"All I'm saying, Dear, is that sometimes I get tired of vegetarian restaurants!"
Find cozy pillows that bring a touch of botanical serenity to their space—perfect for relaxing moments and quiet contemplation inspired by their plant passion.
"All I'm saying, Dear, is that sometimes I get tired of vegetarian restaurants!"
My sister is hounding us to give up meat. That's good! What? You don't live with a wacko! My family doesn't eat meat or fish. You don't look vegetarian! I dress in disguise.
The food was nice...but something was missing.
"Gracie, you want to be a vegetarian?"
"You think you have it bad. My mom decided we should go vegetarian!"
"Do you think there's intellegent life in there?"

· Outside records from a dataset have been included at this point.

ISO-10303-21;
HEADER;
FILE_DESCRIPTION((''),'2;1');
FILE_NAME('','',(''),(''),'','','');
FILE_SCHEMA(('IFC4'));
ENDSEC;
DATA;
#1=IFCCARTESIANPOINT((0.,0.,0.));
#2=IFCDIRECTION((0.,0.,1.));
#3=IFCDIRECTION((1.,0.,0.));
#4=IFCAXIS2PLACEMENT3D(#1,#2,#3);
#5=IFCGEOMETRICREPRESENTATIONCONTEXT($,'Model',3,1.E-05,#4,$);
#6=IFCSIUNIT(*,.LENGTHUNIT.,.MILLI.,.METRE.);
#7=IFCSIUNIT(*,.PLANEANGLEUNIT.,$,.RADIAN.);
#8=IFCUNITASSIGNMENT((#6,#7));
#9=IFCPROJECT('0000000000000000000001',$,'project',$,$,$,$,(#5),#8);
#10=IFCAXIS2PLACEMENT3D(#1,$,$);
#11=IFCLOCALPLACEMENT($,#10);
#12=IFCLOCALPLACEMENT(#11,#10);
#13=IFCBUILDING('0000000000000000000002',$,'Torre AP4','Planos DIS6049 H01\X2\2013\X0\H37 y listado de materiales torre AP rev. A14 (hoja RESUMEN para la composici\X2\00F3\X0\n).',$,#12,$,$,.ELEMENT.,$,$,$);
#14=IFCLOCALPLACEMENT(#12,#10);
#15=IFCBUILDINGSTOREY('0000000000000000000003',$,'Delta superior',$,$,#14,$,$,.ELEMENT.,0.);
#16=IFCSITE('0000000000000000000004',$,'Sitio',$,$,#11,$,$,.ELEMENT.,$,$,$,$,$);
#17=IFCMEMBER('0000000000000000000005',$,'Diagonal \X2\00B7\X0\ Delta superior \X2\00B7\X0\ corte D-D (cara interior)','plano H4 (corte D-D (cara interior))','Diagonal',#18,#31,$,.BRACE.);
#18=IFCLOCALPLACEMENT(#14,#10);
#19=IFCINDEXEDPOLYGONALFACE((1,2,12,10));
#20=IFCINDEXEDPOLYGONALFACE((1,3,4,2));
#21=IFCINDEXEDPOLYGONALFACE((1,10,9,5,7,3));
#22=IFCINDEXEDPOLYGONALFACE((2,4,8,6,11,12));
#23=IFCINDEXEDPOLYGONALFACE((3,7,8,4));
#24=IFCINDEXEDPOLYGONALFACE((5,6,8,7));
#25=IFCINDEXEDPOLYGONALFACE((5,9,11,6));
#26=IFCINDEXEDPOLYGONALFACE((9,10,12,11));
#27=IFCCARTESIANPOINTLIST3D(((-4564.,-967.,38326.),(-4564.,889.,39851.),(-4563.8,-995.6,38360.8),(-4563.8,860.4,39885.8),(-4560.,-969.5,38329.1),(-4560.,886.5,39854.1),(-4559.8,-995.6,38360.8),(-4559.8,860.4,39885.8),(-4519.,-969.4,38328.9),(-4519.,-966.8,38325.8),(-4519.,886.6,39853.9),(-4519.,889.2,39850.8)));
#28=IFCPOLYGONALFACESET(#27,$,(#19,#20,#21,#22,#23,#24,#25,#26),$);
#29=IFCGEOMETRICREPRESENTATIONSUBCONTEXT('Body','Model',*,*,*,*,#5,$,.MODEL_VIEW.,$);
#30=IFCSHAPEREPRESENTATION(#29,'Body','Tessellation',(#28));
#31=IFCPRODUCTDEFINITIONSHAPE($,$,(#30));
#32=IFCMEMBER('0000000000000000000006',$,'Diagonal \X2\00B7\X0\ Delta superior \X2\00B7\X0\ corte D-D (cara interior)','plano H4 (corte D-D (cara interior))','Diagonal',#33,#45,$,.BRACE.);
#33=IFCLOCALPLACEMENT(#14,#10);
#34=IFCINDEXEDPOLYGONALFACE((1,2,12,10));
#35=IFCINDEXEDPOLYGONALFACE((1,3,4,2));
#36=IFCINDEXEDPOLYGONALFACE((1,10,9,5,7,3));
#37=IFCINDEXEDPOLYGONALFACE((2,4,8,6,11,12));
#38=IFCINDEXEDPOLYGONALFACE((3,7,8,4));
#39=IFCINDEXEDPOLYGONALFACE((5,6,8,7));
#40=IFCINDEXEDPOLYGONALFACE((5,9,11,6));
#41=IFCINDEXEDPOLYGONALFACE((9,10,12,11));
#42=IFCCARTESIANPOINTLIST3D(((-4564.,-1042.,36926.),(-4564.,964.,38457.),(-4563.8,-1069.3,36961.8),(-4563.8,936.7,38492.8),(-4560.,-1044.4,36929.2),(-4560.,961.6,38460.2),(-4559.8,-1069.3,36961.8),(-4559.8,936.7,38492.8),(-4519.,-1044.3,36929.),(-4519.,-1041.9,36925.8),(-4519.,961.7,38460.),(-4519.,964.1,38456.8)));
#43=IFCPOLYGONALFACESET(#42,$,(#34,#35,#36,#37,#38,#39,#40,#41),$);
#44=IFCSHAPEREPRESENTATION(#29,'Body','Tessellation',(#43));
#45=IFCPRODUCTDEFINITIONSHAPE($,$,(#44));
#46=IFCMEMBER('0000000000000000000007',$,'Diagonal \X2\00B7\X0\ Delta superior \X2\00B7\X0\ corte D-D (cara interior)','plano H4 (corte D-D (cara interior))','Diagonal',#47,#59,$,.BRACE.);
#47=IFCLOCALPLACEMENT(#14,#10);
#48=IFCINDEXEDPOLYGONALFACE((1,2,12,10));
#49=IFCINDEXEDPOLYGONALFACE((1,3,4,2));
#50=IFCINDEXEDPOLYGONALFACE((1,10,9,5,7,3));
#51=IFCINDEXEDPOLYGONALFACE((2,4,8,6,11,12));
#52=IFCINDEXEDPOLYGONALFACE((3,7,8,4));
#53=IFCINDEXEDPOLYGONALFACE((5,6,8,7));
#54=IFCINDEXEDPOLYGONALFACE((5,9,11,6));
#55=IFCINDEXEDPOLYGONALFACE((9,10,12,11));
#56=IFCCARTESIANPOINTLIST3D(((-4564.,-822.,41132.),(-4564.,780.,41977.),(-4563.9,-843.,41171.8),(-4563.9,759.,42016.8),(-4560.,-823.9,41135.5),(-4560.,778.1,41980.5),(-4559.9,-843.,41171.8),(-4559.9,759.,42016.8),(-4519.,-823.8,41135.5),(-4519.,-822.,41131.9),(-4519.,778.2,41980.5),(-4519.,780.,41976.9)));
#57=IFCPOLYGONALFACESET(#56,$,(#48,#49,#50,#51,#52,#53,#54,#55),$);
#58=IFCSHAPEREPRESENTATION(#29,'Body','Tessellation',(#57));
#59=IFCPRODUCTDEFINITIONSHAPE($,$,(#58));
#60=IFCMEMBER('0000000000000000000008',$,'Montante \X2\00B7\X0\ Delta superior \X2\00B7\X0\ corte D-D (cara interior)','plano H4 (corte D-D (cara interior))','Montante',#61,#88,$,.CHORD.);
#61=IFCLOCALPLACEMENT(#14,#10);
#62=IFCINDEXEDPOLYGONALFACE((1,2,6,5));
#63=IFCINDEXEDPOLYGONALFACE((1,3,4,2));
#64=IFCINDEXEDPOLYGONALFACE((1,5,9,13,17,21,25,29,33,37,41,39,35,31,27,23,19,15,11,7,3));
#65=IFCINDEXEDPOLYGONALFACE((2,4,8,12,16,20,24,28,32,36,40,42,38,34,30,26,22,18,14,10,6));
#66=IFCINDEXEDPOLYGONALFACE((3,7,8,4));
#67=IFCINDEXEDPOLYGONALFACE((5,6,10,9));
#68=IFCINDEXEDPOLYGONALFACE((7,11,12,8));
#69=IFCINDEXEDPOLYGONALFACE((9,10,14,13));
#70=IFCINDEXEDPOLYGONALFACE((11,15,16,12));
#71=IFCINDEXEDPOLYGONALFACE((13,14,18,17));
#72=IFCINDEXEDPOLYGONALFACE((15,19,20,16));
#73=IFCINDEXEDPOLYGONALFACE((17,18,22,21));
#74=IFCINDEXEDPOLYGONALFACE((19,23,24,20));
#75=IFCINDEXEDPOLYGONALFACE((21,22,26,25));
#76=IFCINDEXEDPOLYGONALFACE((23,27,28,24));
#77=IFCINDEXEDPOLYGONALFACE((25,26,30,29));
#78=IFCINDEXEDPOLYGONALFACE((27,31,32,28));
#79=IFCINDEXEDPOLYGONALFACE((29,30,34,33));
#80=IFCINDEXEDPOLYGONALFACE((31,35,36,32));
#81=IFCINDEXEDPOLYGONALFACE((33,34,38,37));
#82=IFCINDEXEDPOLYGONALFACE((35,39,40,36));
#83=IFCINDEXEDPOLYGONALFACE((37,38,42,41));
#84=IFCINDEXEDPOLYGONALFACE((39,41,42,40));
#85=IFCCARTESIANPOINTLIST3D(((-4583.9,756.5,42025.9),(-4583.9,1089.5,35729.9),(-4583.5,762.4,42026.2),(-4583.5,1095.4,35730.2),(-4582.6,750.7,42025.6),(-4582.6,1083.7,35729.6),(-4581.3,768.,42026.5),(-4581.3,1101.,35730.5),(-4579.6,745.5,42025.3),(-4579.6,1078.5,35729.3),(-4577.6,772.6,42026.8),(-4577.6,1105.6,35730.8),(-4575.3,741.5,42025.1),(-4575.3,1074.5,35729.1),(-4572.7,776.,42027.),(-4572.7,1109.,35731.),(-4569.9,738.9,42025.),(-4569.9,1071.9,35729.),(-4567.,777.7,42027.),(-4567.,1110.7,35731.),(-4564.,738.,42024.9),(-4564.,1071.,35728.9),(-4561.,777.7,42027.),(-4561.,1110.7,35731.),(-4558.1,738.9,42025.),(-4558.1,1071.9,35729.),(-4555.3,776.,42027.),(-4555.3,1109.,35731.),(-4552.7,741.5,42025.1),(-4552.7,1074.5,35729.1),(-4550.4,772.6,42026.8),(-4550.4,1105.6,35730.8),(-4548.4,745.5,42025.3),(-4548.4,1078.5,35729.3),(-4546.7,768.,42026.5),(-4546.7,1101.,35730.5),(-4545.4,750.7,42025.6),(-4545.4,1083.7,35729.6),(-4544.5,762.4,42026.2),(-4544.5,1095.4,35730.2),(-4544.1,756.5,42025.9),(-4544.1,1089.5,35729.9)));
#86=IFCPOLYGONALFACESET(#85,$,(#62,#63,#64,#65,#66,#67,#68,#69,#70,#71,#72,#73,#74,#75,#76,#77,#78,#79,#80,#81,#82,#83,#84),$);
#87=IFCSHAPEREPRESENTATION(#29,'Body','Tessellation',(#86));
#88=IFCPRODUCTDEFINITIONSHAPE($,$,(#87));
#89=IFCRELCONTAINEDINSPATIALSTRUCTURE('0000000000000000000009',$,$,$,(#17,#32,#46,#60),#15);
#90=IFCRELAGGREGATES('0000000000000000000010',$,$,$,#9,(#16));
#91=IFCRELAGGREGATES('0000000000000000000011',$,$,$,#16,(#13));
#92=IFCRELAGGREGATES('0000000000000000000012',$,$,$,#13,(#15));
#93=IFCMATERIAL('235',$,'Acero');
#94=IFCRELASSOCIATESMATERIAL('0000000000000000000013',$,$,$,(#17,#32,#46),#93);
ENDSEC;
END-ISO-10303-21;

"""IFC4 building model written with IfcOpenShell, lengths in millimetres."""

from ifc_helpers import new_model, si_unit, frame, frame_2d, origin, origin_with_axes, place, context, subcontext, project, spatial, circle, l_section, extrude, material, element, save


model = new_model("IFC4")

# Units and contexts
model_context = context("Model", 3, precision=1e-05, world=origin_with_axes())
body_context = subcontext(model_context, "Body", "Model", "MODEL_VIEW")
ifc_project = project(units=[si_unit("LENGTHUNIT", "METRE", prefix="MILLI"), si_unit("PLANEANGLEUNIT", "RADIAN")], contexts=[model_context])

# Site, building, storey
site_placement = place(None, origin())
site = spatial("IfcSite", under=ifc_project, at=site_placement, Name="Sitio", CompositionType="ELEMENT")
building_placement = place(site_placement, origin())
building = spatial("IfcBuilding", under=site, at=building_placement, Name="Torre AP4", Description="Planos DIS6049 H01–H37 y listado de materiales torre AP rev. A14 (hoja RESUMEN para la composición).", CompositionType="ELEMENT")
storey_placement = place(building_placement, origin())
storey = spatial("IfcBuildingStorey", under=building, at=storey_placement, Name="Delta superior", CompositionType="ELEMENT", Elevation=0.0)

# Members
ifc_material_1 = material(Name="235", Category="Acero")
member_1_placement = place(storey_placement, frame((-4564.0, 889.0, 39851.0), z_axis=(0.0, -0.772639, -0.634846), x_axis=(0.999985, 0.003444, -0.004191)))
element("IfcMember", 1, at=member_1_placement, inside=storey, material=ifc_material_1, Name="Diagonal · Delta superior · corte D-D (cara interior)", Description="plano H4 (corte D-D (cara interior))", ObjectType="Diagonal", PredefinedType="BRACE", context=body_context, shape_type="SweptSolid", body=[
    extrude(l_section(Depth=45.0, Width=45.0, Thickness=4.0, at=frame_2d((22.5, 22.5))), None, (0.0, 0.0, 1.0), 2402.2),
])
member_2_placement = place(storey_placement, frame((-4564.0, 964.0, 38457.0), z_axis=(0.0, -0.794931, -0.6067), x_axis=(0.999987, 0.003145, -0.004121)))
element("IfcMember", 2, at=member_2_placement, inside=storey, material=ifc_material_1, Name="Diagonal · Delta superior · corte D-D (cara interior)", Description="plano H4 (corte D-D (cara interior))", ObjectType="Diagonal", PredefinedType="BRACE", context=body_context, shape_type="SweptSolid", body=[
    extrude(l_section(Depth=45.0, Width=45.0, Thickness=4.0, at=frame_2d((22.5, 22.5))), None, (0.0, 0.0, 1.0), 2523.5),
])
member_3_placement = place(storey_placement, frame((-4564.0, 780.0, 41977.0), z_axis=(0.0, -0.884499, -0.466543), x_axis=(0.999998, 0.001002, -0.001899)))
element("IfcMember", 3, at=member_3_placement, inside=storey, material=ifc_material_1, Name="Diagonal · Delta superior · corte D-D (cara interior)", Description="plano H4 (corte D-D (cara interior))", ObjectType="Diagonal", PredefinedType="BRACE", context=body_context, shape_type="SweptSolid", body=[
    extrude(l_section(Depth=45.0, Width=45.0, Thickness=4.0, at=frame_2d((22.5, 22.5))), None, (0.0, 0.0, 1.0), 1811.2),
])
member_4_placement = place(storey_placement, frame((-4564.0, 1091.0, 35730.0), z_axis=(0.0, -0.052817, 0.998604), x_axis=(0.0, -0.998604, -0.052817)))
element("IfcMember", 4, at=member_4_placement, inside=storey, Name="Montante · Delta superior · corte D-D (cara interior)", Description="plano H4 (corte D-D (cara interior))", ObjectType="Montante", PredefinedType="CHORD", context=body_context, shape_type="SweptSolid", body=[
    extrude(circle(Radius=20.0), None, (0.0, 0.0, 1.0), 6304.8),
])

save(model, "model.ifc")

'The organizational structure is pretty simple: We do the work; they take the credit.'
'At least I don't have his life.'
'He knows everything about art. But he doesn't know what he likes.'
"Events seem to be headed in the right direction. Unfortunately, it's not taking me with it."
'As I see it, it's a toss-up between a Belgian data processing machine and an American electronic computer.'
'Hello, are you an endangered species or can I eat you?'
"I'm basically happy but I'd like a most cost-effective personality."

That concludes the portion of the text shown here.